DATA IN THIS EXERCISE ->
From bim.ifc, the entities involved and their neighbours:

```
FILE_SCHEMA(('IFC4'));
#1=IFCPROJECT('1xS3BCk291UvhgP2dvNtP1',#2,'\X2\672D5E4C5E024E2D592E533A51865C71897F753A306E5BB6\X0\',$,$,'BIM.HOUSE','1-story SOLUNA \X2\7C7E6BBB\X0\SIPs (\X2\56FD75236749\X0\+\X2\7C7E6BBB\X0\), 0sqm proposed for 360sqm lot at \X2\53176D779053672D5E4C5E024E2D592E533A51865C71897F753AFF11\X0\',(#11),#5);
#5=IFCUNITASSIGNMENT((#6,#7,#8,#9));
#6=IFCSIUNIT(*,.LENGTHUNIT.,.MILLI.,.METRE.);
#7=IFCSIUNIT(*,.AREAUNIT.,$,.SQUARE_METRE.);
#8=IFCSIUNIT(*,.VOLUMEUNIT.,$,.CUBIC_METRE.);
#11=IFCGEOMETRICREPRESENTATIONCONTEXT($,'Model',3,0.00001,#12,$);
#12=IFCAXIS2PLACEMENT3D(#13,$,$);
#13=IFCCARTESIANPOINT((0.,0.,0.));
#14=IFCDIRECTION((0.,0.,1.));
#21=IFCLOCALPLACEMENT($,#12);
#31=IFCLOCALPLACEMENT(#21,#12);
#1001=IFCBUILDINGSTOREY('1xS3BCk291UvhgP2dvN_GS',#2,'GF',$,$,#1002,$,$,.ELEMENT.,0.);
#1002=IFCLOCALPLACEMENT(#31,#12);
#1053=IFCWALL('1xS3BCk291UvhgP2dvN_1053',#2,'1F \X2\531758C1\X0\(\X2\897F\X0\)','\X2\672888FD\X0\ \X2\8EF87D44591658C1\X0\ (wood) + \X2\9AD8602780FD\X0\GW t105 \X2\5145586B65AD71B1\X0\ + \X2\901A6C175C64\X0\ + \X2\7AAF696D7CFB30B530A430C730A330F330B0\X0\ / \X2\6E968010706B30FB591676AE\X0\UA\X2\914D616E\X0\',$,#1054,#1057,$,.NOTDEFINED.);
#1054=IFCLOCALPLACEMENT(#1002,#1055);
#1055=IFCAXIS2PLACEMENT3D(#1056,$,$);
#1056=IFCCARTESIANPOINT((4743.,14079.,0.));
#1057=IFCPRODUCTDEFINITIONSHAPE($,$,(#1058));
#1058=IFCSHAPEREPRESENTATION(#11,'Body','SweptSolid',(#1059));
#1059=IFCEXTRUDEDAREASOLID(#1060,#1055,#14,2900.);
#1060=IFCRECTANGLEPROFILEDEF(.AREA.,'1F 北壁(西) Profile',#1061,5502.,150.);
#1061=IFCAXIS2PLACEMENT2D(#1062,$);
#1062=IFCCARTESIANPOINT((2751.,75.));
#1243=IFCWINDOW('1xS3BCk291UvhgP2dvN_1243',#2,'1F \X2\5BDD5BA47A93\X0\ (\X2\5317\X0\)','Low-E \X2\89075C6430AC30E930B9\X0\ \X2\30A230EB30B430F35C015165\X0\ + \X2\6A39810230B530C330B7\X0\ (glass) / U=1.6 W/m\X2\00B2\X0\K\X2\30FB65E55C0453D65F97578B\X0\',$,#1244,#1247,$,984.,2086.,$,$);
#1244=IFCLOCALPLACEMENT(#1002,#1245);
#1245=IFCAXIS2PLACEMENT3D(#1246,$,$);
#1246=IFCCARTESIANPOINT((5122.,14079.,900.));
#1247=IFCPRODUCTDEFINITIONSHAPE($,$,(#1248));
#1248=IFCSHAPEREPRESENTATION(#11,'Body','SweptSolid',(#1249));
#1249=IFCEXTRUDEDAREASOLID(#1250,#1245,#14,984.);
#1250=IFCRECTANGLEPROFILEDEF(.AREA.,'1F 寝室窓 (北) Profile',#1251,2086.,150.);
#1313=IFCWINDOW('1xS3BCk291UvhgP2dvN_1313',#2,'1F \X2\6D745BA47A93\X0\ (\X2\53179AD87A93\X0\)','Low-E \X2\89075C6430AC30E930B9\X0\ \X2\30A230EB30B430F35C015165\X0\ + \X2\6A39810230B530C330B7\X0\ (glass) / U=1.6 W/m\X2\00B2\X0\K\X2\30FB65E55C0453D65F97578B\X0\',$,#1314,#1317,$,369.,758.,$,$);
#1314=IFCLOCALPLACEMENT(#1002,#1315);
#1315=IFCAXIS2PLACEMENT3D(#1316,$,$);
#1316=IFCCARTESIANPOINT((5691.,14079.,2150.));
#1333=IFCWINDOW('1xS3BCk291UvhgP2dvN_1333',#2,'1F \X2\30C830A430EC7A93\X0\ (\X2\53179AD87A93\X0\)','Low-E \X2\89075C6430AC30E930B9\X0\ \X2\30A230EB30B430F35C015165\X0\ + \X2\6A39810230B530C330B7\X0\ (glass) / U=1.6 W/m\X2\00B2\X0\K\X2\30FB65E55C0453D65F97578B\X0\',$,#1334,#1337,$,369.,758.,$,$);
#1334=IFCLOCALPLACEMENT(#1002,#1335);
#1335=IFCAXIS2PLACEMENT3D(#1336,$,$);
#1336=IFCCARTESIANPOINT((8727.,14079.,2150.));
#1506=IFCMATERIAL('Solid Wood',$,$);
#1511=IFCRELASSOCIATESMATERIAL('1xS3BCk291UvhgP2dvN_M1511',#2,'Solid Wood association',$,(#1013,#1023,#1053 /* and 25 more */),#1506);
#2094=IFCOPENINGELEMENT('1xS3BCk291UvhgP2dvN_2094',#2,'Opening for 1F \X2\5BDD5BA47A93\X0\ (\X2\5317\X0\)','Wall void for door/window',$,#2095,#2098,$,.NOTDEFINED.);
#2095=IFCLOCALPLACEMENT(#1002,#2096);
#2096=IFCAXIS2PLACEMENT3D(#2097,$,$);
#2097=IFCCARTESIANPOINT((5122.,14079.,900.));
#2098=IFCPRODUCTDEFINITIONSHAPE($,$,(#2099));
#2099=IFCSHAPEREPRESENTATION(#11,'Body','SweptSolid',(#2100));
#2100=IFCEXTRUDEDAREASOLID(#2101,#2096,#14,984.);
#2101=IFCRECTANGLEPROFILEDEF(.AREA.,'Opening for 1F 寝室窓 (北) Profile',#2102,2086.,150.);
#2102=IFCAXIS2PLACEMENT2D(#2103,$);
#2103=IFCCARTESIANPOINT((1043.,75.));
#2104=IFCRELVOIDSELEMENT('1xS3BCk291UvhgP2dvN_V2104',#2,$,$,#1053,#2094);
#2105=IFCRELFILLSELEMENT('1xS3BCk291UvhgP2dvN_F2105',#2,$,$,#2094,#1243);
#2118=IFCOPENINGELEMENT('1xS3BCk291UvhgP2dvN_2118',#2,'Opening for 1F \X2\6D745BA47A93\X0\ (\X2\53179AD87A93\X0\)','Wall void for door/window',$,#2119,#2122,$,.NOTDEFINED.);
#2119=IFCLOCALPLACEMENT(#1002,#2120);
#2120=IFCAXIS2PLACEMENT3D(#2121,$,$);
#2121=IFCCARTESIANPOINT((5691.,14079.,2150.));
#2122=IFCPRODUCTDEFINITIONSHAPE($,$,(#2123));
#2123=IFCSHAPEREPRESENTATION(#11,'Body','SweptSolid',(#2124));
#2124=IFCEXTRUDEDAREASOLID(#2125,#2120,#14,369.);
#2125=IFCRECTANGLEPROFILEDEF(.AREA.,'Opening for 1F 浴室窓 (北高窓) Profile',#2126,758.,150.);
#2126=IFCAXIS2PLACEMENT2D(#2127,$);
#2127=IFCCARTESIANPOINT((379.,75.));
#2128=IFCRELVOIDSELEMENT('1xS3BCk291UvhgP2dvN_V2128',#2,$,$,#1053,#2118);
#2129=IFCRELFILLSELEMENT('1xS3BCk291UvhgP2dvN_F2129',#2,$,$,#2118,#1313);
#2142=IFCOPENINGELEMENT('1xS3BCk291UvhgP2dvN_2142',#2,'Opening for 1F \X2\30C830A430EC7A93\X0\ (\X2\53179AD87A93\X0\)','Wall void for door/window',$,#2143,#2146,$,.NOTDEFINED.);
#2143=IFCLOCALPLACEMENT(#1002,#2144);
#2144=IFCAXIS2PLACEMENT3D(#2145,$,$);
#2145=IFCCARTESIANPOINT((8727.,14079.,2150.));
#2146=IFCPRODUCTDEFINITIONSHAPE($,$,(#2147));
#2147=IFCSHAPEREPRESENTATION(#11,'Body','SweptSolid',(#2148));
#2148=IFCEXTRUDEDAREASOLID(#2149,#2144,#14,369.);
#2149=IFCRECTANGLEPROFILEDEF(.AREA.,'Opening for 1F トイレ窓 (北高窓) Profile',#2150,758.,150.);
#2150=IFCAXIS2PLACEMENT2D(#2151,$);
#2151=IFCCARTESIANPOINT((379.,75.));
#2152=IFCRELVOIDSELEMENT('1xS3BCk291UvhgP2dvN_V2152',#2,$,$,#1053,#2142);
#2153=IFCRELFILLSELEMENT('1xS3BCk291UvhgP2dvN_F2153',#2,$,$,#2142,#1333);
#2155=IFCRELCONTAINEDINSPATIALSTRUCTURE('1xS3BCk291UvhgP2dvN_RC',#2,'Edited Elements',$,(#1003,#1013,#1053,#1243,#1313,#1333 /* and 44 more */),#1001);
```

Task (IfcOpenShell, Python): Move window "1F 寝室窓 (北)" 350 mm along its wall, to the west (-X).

```python
import ifcopenshell
import ifcopenshell.api.geometry
import ifcopenshell.util.placement
import ifcopenshell.util.unit

model = ifcopenshell.open("bim.ifc")
unit_scale = ifcopenshell.util.unit.calculate_unit_scale(model)

window = model.by_guid("1xS3BCk291UvhgP2dvN_1243")
opening = window.FillsVoids[0].RelatingOpeningElement
wall = opening.VoidsElements[0].RelatingBuildingElement

wall_matrix = ifcopenshell.util.placement.get_local_placement(wall.ObjectPlacement)
shift = wall_matrix[:3, 0] * -0.35 / unit_scale
before = ifcopenshell.util.placement.get_local_placement(window.ObjectPlacement)[:3, 3].copy()

# The window is not placed relative to its opening, so move both.
for product in (opening, window):
    matrix = ifcopenshell.util.placement.get_local_placement(product.ObjectPlacement)
    matrix[:3, 3] += shift
    ifcopenshell.api.geometry.edit_object_placement(model, product=product, matrix=matrix, is_si=False)

after = ifcopenshell.util.placement.get_local_placement(window.ObjectPlacement)[:3, 3]
print("window moved by", (after - before).round(3) + 0.0)

model.write("bim_rev.ifc")
```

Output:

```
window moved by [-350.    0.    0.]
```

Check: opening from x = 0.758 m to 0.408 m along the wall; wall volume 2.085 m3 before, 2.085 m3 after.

EXERCISE PROMPT -> Where the string "IFCRELFILLSELEMENT" appears in a line of the material above, count that line, and say only how many there are.

RESPONSE FOR THIS EXERCISE -> 3